Without any alteration, retype the records that appear below.

+++ RECORDS SHOWN +++

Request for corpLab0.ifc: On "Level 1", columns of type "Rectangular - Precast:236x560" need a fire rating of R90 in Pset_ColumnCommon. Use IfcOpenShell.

First a look at what the model holds.

```python
import ifcopenshell
import ifcopenshell.util.element

model = ifcopenshell.open("corpLab0.ifc")
print(model.schema)
storey = next(s for s in model.by_type("IfcBuildingStorey") if s.Name == "Level 1")
columns = [e for e in ifcopenshell.util.element.get_decomposition(storey) if e.is_a("IfcColumn")]
seen = {}
for e in columns:
    element_type = ifcopenshell.util.element.get_type(e)
    key = (element_type.Name if element_type != e and element_type else None, ifcopenshell.util.element.get_pset(e, "Pset_ColumnCommon", "FireRating"))
    seen[key] = seen.get(key, 0) + 1
for (name, value), count in sorted(seen.items(), key=str):
    print(count, "x", name, "|", value)
```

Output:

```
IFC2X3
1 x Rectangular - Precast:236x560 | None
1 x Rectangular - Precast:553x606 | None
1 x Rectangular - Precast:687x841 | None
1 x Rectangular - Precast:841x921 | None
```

```python
import ifcopenshell
import ifcopenshell.api.pset
import ifcopenshell.util.element

model = ifcopenshell.open("corpLab0.ifc")

storey = next(s for s in model.by_type("IfcBuildingStorey") if s.Name == "Level 1")
columns = [e for e in ifcopenshell.util.element.get_decomposition(storey) if e.is_a("IfcColumn")]

count = 0
for e in columns:
    element_type = ifcopenshell.util.element.get_type(e)
    if element_type in (None, e) or element_type.Name != "Rectangular - Precast:236x560":
        continue
    # add_pset returns the element's existing set when there is one.
    pset = ifcopenshell.api.pset.add_pset(model, product=e, name="Pset_ColumnCommon")
    ifcopenshell.api.pset.edit_pset(model, pset=pset, properties={"FireRating": "R90"})
    count += 1

print(count, "columns updated")

model.write("corpLab0_rev.ifc")
```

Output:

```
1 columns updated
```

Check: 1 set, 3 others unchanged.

+++

-- RESULT --
Request for corpLab0.ifc: On "Level 1", columns of type "Rectangular - Precast:236x560" need a fire rating of R90 in Pset_ColumnCommon. Use IfcOpenShell.

First a look at what the model holds.

```python
import ifcopenshell
import ifcopenshell.util.element

model = ifcopenshell.open("corpLab0.ifc")
print(model.schema)
storey = next(s for s in model.by_type("IfcBuildingStorey") if s.Name == "Level 1")
columns = [e for e in ifcopenshell.util.element.get_decomposition(storey) if e.is_a("IfcColumn")]
seen = {}
for e in columns:
    element_type = ifcopenshell.util.element.get_type(e)
    key = (element_type.Name if element_type != e and element_type else None, ifcopenshell.util.element.get_pset(e, "Pset_ColumnCommon", "FireRating"))
    seen[key] = seen.get(key, 0) + 1
for (name, value), count in sorted(seen.items(), key=str):
    print(count, "x", name, "|", value)
```

Output:

```
IFC2X3
1 x Rectangular - Precast:236x560 | None
1 x Rectangular - Precast:553x606 | None
1 x Rectangular - Precast:687x841 | None
1 x Rectangular - Precast:841x921 | None
```

```python
import ifcopenshell
import ifcopenshell.api.pset
import ifcopenshell.util.element

model = ifcopenshell.open("corpLab0.ifc")

storey = next(s for s in model.by_type("IfcBuildingStorey") if s.Name == "Level 1")
columns = [e for e in ifcopenshell.util.element.get_decomposition(storey) if e.is_a("IfcColumn")]

count = 0
for e in columns:
    element_type = ifcopenshell.util.element.get_type(e)
    if element_type in (None, e) or element_type.Name != "Rectangular - Precast:236x560":
        continue
    # add_pset returns the element's existing set when there is one.
    pset = ifcopenshell.api.pset.add_pset(model, product=e, name="Pset_ColumnCommon")
    ifcopenshell.api.pset.edit_pset(model, pset=pset, properties={"FireRating": "R90"})
    count += 1

print(count, "columns updated")

model.write("corpLab0_rev.ifc")
```

Output:

```
1 columns updated
```

Check: 1 set, 3 others unchanged.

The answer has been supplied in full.